BEGIN STUDY MATERIAL

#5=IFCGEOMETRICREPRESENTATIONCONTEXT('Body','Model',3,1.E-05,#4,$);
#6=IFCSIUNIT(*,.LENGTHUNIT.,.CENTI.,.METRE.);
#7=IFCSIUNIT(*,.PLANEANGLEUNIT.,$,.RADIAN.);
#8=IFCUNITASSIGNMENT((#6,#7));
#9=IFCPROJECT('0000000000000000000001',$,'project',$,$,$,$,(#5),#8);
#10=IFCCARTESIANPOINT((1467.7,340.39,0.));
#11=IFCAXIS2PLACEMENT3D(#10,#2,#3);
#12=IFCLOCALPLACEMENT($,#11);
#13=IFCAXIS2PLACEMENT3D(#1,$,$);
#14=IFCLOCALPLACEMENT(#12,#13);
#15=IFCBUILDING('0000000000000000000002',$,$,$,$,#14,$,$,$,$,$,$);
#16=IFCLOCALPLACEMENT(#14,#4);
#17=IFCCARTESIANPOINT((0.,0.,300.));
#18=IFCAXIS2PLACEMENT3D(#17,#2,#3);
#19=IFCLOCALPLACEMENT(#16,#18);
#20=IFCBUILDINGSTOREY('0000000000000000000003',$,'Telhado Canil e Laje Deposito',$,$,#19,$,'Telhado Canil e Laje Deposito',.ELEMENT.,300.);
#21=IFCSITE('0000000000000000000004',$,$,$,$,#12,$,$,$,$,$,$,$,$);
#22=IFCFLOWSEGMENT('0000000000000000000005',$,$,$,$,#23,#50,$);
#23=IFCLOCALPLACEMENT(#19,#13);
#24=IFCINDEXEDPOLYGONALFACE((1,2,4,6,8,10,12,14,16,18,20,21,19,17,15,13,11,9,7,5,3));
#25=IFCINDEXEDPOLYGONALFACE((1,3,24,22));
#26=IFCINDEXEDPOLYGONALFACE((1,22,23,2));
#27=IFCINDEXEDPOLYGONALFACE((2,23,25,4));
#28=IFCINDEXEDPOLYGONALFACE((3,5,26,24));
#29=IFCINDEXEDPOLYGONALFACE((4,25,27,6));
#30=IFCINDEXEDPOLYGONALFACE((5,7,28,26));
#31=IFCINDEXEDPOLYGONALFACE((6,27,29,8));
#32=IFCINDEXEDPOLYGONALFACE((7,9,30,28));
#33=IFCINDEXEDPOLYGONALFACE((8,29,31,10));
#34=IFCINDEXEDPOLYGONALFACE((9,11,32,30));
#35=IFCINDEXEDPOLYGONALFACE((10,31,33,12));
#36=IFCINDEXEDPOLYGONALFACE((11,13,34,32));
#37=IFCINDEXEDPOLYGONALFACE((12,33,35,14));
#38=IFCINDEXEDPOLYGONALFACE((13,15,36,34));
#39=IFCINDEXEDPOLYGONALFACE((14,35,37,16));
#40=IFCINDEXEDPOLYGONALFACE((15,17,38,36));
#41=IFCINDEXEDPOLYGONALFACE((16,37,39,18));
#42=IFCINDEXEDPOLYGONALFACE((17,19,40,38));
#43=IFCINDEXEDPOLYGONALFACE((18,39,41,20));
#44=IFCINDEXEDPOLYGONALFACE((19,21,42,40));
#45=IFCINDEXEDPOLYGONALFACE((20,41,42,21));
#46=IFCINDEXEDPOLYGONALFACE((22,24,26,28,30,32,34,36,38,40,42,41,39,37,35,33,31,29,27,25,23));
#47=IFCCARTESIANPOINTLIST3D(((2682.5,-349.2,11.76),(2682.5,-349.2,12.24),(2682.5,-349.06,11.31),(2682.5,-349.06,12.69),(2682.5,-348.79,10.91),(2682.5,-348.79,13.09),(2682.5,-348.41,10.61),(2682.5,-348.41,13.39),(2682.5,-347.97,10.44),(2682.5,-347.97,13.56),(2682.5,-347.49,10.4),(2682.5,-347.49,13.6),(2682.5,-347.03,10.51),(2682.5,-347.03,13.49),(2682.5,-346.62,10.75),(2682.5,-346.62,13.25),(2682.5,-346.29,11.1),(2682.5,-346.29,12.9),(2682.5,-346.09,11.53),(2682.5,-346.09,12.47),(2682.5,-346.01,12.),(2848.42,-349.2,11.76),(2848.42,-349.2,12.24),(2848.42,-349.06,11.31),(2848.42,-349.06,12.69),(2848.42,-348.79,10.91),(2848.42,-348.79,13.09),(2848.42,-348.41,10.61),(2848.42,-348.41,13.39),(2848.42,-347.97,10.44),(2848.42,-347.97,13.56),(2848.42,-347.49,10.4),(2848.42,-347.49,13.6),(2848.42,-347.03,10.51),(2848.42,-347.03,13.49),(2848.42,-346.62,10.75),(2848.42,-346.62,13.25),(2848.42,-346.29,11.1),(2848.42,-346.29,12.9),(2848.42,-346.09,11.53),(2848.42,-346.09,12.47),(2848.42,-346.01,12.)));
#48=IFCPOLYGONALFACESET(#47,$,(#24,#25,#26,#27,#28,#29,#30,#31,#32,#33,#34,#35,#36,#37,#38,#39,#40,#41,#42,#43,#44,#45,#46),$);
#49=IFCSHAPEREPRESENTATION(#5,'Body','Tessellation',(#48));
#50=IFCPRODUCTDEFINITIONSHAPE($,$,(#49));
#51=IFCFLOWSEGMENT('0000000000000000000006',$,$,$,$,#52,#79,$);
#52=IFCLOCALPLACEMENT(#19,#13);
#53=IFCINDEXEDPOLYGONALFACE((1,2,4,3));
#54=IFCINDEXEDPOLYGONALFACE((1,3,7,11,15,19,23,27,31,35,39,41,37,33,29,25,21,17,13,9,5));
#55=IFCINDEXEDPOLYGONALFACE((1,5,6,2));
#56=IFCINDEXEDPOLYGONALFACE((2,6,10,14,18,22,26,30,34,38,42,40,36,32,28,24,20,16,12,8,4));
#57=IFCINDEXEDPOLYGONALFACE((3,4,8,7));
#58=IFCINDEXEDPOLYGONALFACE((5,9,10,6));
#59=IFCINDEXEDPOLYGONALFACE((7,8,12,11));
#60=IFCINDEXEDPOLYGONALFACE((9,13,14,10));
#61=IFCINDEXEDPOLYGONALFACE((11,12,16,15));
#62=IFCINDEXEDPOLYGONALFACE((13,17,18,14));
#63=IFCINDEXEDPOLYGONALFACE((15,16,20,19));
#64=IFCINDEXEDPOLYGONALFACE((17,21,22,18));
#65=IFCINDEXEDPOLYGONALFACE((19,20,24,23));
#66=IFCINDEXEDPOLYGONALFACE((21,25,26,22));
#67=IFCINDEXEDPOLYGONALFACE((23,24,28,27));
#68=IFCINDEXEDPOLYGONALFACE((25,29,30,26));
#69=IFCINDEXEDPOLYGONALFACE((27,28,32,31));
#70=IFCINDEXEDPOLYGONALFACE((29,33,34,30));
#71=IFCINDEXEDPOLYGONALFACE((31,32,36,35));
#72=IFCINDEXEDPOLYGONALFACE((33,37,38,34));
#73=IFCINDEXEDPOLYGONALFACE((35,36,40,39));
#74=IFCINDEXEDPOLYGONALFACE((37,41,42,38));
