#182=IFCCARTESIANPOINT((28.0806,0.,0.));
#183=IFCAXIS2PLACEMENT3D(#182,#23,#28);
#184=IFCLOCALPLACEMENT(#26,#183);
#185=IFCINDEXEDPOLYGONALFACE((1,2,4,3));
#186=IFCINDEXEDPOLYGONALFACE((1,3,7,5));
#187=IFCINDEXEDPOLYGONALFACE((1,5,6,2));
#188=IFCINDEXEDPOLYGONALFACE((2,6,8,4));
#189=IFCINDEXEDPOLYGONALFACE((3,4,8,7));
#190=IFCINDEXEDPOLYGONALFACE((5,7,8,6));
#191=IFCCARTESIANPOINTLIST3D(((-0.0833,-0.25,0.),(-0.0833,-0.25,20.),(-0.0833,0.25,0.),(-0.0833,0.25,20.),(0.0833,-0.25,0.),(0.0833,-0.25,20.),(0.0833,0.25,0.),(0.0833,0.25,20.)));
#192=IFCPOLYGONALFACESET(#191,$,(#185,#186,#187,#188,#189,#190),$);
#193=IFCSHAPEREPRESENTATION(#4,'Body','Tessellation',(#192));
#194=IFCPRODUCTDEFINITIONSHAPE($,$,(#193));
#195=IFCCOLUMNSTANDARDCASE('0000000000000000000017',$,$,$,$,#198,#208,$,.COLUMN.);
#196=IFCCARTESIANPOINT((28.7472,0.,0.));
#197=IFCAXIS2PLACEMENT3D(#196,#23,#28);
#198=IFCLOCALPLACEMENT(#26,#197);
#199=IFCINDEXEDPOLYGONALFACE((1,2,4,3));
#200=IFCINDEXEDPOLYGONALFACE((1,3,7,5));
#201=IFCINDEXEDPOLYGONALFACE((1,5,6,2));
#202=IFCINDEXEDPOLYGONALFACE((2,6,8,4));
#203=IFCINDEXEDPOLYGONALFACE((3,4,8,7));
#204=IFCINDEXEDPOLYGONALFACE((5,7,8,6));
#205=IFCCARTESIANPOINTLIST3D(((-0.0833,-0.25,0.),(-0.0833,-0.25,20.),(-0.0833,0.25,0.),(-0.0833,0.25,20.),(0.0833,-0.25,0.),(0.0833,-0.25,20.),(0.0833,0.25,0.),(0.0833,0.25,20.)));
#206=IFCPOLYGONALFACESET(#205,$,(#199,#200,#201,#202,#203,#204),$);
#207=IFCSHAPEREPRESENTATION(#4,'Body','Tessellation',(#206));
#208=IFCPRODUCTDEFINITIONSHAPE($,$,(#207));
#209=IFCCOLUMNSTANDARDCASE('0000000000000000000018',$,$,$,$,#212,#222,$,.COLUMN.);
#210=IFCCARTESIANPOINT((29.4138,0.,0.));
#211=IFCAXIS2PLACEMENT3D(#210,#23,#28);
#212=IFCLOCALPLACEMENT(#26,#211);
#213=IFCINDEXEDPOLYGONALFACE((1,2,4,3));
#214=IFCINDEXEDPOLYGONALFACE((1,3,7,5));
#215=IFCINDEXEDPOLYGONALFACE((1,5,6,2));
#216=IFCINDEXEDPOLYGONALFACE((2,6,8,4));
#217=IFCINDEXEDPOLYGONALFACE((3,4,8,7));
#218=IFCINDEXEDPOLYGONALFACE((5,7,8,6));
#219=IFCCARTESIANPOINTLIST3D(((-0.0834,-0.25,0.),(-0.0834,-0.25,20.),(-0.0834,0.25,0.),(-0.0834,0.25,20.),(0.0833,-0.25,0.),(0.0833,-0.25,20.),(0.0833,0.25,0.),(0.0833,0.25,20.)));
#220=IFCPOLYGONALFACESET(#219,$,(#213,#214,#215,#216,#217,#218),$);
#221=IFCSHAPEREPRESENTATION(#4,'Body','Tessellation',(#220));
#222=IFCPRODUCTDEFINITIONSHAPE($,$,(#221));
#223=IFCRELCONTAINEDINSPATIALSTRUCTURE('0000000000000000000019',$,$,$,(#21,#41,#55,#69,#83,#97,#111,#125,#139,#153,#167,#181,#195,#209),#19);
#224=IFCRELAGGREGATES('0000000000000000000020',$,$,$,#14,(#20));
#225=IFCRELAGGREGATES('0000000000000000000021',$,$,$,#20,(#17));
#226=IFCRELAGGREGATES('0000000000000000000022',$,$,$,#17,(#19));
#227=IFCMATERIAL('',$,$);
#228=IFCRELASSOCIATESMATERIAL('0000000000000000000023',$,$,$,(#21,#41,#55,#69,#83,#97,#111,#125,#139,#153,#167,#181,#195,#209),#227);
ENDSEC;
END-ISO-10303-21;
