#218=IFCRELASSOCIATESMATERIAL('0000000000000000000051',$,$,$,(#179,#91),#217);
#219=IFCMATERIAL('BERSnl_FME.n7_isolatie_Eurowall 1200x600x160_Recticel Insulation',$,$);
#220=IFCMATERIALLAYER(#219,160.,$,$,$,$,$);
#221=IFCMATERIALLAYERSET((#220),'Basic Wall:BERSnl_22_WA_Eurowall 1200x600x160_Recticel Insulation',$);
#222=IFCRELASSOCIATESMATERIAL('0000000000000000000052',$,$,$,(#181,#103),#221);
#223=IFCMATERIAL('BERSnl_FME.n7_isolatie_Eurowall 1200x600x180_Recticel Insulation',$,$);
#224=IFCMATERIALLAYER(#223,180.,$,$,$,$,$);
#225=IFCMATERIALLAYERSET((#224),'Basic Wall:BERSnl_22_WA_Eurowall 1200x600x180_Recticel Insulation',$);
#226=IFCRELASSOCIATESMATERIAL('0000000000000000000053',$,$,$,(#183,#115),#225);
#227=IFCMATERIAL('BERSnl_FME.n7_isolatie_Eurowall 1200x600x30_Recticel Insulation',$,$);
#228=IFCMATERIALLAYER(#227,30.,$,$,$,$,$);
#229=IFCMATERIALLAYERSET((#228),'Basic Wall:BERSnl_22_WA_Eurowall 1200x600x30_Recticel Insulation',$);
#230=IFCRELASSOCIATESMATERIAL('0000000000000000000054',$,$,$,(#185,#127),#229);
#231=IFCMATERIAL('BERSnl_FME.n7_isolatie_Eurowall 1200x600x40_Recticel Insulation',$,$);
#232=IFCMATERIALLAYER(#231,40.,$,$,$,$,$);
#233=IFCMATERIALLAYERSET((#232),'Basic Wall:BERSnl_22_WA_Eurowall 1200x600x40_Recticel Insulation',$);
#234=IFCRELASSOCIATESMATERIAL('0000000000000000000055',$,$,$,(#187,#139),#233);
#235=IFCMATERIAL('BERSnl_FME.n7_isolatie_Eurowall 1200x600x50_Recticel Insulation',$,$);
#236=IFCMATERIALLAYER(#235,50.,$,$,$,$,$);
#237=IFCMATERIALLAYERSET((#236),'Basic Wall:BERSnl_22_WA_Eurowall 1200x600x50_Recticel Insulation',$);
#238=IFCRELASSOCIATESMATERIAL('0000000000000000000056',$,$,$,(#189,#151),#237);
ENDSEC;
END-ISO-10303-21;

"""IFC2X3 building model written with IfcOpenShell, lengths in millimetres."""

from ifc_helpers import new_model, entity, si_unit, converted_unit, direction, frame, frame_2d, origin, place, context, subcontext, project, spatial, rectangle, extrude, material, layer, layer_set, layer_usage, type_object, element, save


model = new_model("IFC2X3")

END STUDY MATERIAL

WHAT TO PRODUCE
One stretch of the lines above is wanted, from the line that contains "#216=IFCINDEXEDPOLYGONALFACE((2,6,8,4));" through the line that contains "#222=IFCPRODUCTDEFINITIONSHAPE($,$,(#221));". Output it exactly.

EXERCISE OUTPUT
#216=IFCINDEXEDPOLYGONALFACE((2,6,8,4));
#217=IFCINDEXEDPOLYGONALFACE((3,4,8,7));
#218=IFCINDEXEDPOLYGONALFACE((5,7,8,6));
#219=IFCCARTESIANPOINTLIST3D(((-0.0834,-0.25,0.),(-0.0834,-0.25,20.),(-0.0834,0.25,0.),(-0.0834,0.25,20.),(0.0833,-0.25,0.),(0.0833,-0.25,20.),(0.0833,0.25,0.),(0.0833,0.25,20.)));
#220=IFCPOLYGONALFACESET(#219,$,(#213,#214,#215,#216,#217,#218),$);
#221=IFCSHAPEREPRESENTATION(#4,'Body','Tessellation',(#220));
#222=IFCPRODUCTDEFINITIONSHAPE($,$,(#221));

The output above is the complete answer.